第16話求婚されてるけれど2

「リナ、無理をして寝込んでいたそうじゃないか、心配したぞ。本当は直ぐに会いに来たかったのだが、公務が忙しくて身動きがとれず、こんなに遅くなってしまった。すまなかったな」




「ライオネル様、会いに来て下さっただけで嬉しいです!」




 キラキラと輝く金髪を見ながら、そう返せば「可愛いな」と、また額にキスされる。




「ライオネル様、あの、もう下ろして欲しい、です」


「ん?」




 私を自分の膝に座らせて、腰に腕を回しているのは、いつものスタイルだ。この人は会う度に、ベッタベッタに私を甘やかす。私は19歳なのだけど、こんなんで良いの?




「いいだろう?私はリナが気に入っているんだ」


「はあ、そうですか」




 上品な香水らしきものが鼻腔を擽り、仕方なく安定しやすいように彼の首に腕を回して納まる。




 今部屋には私とライオネル様だけだ。部屋の外には、ヤトさんと近衛兵が控えている。神官達は、外出しているアマナ様を呼びに出ていった。




 そういえば床に転んだ蘇芳は大丈夫だったかな。彼の視線が落ち着かなくて最近接し方に悩んでしまう。




「何を考えているんだい、仔猫ちゃん」




 片手で私の顎を捉えて、ライオネル様は微笑している。キザな仕草も、この人ならサマになっている。でも仔猫ちゃんは恥ずかしい。




「い、いえ、何でもありません」


「気苦労が多いのでは?」




 碧眼に私を映して、ライオネル様は心配そうに聞く。




「大丈夫ですよ 」


「君の聖女の力は、負担が大きすぎる。辛いだろう?」


「そんなことないですよ」




 安心してもらいたくて、にっこりと笑えば、ライオネル様は頬を赤くして顔を近付けてきた。




「………………私なら、君を楽にしてあげられる」


「ライオネル様?」


「聖女となら周りも反対はしないだろう。式は後でもいい」




 ちゅっ、と頬にキスされて、ぼんやりしていたら、耳に息が掛かる。




「君が早く結婚を承諾しないなら、その前に食べてしまうよ?」


「え?きゃ」




 ベロリと首を舐められて、驚いて身を捩る私の後頭部を捕らえてライオネル様が「可愛い、仔猫ちゃん」と囁く。




「あ、や」




 スルスルと背を撫でられて、耳や首に歯を当てられて、小さく悲鳴を上げる。
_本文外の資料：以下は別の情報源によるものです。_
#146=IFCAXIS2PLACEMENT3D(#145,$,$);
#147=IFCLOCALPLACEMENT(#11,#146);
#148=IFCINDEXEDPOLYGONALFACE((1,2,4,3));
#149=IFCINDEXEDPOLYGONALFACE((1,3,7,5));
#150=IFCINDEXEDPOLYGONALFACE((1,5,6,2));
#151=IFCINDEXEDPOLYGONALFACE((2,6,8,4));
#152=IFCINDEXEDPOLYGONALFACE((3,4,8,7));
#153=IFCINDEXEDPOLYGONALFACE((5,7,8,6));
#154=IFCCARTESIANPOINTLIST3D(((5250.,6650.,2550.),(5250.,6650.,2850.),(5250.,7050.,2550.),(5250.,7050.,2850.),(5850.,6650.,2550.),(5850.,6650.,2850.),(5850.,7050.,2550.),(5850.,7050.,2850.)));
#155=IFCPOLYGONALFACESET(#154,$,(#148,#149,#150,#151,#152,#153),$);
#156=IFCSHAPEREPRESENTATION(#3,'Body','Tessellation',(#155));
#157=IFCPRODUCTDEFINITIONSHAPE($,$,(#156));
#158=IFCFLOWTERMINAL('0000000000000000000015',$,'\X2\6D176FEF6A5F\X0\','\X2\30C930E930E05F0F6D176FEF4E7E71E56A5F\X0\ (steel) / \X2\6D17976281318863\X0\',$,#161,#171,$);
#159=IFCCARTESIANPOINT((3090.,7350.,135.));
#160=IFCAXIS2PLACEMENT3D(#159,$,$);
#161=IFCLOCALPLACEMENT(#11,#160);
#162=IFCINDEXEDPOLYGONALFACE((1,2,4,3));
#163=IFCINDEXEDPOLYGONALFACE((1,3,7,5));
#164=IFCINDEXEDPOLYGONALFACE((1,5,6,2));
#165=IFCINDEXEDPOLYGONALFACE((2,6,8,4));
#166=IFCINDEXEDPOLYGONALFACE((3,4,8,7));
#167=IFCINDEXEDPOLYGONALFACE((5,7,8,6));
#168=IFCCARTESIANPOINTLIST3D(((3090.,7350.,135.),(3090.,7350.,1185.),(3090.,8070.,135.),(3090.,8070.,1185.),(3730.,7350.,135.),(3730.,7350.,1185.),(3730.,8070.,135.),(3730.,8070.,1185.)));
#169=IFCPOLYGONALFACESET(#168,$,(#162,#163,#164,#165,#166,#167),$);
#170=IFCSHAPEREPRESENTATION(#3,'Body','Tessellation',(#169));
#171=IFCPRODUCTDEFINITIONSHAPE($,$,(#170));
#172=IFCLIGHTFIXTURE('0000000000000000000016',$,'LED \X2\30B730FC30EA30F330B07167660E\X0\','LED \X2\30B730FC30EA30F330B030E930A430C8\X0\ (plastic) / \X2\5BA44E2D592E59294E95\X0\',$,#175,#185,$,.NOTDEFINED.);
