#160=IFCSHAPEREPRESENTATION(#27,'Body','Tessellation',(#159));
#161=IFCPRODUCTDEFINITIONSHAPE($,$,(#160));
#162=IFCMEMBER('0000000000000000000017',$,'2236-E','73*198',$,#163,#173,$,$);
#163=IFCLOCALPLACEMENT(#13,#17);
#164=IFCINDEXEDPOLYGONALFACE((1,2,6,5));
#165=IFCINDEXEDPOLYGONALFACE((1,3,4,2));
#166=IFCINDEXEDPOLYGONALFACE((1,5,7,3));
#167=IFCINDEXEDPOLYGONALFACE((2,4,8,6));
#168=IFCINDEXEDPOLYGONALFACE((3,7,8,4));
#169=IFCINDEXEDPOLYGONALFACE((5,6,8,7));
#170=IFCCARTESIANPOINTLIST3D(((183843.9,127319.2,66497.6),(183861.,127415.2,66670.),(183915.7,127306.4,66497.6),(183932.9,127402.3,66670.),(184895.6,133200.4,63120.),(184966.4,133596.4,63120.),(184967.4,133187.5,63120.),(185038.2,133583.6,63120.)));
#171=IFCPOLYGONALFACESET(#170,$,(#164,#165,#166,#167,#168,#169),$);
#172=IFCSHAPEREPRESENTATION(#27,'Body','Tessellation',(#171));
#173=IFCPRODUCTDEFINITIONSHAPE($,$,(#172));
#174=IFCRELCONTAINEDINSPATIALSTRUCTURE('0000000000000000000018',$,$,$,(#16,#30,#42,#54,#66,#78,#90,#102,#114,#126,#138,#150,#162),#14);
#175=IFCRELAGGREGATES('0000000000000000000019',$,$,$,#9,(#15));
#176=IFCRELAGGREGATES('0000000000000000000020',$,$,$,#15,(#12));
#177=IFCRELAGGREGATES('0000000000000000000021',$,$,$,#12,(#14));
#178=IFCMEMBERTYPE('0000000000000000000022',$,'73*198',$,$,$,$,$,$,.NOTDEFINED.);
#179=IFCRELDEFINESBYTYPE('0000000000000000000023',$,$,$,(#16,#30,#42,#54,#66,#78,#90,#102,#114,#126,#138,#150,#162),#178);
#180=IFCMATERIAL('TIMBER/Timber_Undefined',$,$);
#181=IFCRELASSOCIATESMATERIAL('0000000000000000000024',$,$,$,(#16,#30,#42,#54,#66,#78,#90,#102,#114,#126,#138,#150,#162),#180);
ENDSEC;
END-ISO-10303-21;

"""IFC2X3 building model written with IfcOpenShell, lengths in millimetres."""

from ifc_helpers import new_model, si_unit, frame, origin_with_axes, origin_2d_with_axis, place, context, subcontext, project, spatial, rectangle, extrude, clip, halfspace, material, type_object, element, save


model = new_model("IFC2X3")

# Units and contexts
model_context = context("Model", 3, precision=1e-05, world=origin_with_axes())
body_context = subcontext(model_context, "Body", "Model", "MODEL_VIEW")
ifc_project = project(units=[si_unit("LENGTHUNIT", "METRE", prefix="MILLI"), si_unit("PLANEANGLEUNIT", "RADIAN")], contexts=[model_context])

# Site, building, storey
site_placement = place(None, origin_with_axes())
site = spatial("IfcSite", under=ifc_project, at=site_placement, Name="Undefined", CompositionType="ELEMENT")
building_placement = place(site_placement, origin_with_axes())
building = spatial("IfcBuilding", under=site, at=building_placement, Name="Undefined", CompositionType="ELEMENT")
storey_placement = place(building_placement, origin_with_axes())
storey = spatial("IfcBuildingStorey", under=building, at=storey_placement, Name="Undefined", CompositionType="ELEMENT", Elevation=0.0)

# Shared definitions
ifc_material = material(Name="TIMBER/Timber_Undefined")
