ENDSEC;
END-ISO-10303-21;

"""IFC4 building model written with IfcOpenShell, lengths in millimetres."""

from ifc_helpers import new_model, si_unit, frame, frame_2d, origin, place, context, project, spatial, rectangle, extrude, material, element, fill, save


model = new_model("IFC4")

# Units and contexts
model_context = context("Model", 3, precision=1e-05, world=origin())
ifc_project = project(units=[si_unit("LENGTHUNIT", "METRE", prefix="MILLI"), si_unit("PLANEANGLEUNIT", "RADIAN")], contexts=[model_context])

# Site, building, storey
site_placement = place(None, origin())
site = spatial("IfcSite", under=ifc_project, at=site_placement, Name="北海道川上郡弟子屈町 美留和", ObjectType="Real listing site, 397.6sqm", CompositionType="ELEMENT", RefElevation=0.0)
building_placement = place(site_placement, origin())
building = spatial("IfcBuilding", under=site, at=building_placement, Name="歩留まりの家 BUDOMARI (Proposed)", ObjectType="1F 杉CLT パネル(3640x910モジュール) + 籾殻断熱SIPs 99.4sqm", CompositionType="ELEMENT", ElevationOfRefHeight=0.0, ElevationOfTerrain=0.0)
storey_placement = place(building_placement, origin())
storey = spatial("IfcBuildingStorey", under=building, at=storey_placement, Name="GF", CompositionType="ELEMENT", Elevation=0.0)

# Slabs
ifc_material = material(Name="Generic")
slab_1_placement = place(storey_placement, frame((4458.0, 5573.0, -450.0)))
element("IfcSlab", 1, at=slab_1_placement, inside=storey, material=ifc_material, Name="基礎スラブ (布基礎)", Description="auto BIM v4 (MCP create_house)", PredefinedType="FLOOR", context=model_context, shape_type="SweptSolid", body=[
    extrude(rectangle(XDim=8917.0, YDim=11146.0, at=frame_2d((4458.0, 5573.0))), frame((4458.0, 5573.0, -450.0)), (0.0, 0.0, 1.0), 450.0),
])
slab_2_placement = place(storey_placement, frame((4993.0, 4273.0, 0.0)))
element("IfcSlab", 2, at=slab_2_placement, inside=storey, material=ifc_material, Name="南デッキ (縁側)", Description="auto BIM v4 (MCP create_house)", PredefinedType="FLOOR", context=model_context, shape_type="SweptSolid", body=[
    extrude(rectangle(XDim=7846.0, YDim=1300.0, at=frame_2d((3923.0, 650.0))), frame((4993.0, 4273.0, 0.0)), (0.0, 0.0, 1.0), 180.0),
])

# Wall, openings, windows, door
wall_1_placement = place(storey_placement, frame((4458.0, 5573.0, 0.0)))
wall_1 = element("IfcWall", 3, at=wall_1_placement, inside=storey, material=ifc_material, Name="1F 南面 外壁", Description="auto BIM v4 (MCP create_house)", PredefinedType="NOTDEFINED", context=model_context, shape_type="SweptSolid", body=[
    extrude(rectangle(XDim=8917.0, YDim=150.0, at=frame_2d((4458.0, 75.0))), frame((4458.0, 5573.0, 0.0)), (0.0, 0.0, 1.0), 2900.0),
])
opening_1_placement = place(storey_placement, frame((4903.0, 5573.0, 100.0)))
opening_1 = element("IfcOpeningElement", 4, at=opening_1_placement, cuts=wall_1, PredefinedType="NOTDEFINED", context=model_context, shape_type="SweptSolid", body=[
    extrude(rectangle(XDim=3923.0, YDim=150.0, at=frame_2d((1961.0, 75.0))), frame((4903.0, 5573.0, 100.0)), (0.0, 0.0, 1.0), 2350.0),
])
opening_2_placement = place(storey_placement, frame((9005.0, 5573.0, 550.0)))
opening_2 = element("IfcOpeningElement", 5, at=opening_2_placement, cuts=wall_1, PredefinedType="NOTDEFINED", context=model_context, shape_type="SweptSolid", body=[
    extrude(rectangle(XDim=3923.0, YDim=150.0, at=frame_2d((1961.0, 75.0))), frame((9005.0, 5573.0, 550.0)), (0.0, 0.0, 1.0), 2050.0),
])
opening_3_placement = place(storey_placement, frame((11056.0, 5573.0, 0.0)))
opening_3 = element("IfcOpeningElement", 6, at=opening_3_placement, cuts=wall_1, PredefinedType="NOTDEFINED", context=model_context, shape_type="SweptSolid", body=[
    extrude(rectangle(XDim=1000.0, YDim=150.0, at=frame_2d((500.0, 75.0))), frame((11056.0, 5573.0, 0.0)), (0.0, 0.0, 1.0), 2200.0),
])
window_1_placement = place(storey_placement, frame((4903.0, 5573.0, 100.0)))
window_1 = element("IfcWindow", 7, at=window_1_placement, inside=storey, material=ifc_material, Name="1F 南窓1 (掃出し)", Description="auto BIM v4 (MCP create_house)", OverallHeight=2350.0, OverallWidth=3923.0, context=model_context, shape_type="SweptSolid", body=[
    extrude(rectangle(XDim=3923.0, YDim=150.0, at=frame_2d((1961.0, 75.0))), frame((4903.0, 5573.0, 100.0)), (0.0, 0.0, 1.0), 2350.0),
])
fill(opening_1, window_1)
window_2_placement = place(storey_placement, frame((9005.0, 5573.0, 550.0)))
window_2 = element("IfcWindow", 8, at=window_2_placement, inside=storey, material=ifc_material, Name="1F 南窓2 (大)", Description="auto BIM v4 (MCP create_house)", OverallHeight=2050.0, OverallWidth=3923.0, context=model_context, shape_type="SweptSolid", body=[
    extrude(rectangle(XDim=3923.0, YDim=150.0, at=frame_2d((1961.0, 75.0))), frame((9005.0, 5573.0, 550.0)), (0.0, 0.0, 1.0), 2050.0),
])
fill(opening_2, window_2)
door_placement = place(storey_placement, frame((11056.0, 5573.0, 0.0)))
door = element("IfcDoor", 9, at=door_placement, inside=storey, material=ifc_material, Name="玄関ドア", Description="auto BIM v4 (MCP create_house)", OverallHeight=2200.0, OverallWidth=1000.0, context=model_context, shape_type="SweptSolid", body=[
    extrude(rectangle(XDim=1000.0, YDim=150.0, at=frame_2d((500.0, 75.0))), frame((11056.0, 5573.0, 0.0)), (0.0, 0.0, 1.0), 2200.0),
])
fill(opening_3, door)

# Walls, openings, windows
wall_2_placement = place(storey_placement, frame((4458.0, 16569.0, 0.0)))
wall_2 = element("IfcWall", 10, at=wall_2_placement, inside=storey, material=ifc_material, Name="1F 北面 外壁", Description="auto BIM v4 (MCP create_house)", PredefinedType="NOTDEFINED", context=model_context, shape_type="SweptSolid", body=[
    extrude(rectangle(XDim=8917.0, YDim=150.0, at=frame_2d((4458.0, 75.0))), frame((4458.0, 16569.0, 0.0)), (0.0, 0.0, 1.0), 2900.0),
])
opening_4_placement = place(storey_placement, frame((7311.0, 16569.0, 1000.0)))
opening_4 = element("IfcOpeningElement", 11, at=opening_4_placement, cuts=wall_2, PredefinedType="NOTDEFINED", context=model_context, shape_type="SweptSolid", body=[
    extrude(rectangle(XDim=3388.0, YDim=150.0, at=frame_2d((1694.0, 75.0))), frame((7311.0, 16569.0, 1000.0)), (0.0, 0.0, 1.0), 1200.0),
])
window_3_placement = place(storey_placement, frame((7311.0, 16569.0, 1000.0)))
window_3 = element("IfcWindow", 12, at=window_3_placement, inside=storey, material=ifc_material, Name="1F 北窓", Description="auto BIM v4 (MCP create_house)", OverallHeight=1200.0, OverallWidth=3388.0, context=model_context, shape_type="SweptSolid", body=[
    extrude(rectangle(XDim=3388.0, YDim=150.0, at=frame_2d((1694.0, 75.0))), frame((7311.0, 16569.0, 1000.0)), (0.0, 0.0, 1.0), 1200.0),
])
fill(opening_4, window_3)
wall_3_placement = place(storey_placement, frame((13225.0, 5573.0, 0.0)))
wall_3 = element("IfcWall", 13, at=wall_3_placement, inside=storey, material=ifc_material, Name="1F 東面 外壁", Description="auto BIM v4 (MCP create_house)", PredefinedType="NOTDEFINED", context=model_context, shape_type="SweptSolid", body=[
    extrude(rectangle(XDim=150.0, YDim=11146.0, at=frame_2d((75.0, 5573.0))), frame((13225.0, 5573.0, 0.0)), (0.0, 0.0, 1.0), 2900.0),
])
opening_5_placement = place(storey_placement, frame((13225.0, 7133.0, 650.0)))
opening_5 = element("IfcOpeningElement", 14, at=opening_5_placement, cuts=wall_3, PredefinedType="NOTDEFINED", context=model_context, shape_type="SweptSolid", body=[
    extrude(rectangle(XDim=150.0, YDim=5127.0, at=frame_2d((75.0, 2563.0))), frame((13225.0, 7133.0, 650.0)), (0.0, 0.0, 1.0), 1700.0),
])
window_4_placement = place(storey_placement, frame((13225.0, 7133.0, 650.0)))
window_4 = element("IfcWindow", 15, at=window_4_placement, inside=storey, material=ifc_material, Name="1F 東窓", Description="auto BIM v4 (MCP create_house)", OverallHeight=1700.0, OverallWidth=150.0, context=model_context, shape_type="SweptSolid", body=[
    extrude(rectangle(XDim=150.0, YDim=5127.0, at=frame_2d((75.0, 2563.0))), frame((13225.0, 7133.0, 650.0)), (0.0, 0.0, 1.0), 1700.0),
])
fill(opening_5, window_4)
戯れにしても少々度が過ぎる気がする。




「あ、ライオネルさまぁ、も、もう、やぁ」


「その声、可愛い」




 ふふ、と笑われて、私の髪を払ったライオネル様が、耳の後ろの辺りに吸い付いた。




「やぁん」




 涙目になって、なんとか逃げようと身をくねらせていたら、扉がバンッと勢い良く開いた。




「放せ」




 片手に持った茶器の盆を放り投げるように後ろへ無造作に落とした蘇芳が、聞いたこともない低い声音を喉から絞り出した。




 派手な音を立てて割れてしまった茶器に私が驚いている間に、蘇芳が大股で近付き、私に触れるライオネル様の腕を捻り上げた。




「つっ!」


「リナを放せ!」




 堪らず緩んだ腕から抜け出した私が立ち上がると、ライオネル様を突き飛ばした蘇芳が私の腰に手を回して引き寄せた。




「リナ、何をされたの?」




 私の顔やら首やらを、あちこち見回していた蘇芳が、耳の後ろに目を留めた。




「くっ」




 ギリッと歯を噛み締めた彼が、あまりに怖い顔をしてライオネル様を睨み掴みかかろうとするので慌てて間に割って入った。




「ダメよ!」




 ハッとして一瞬動きを止めた彼を背後からヤトさんが押し倒し、続いて近衛兵がなだれ込んで来た。




「だから茶を運びたいなら何見ても冷静にと!ああ、全く!」




 蘇芳の頭を乱暴に押さえつけ、ヤトさんがひれ伏す。




「殿下、大変な失礼を致しました!この者の非礼何卒お許しを!」




 ヤトさんの姿に、私も事の大きさに気付き、同じように謝ろうと座り込む。




「り、リナ」




 唸るように蘇芳が呼ぶが、彼の方を向く余裕がない。


 蘇芳が罰せられるようなことがあったら、どうしたら………




「怒っていないから顔を上げよ。リナもやめなさい」




 皇太子の冷静な声がして、私達が顔を上げれば、彼は蘇芳を見てニヤリと意地悪そうに笑っていた。




「そなたの赤い髪……………セラビ公爵家の隠された子どもだな?なるほど、顔はこちら側に似ている。母親似か」




 捻られた腕を軽く回してから組み直す。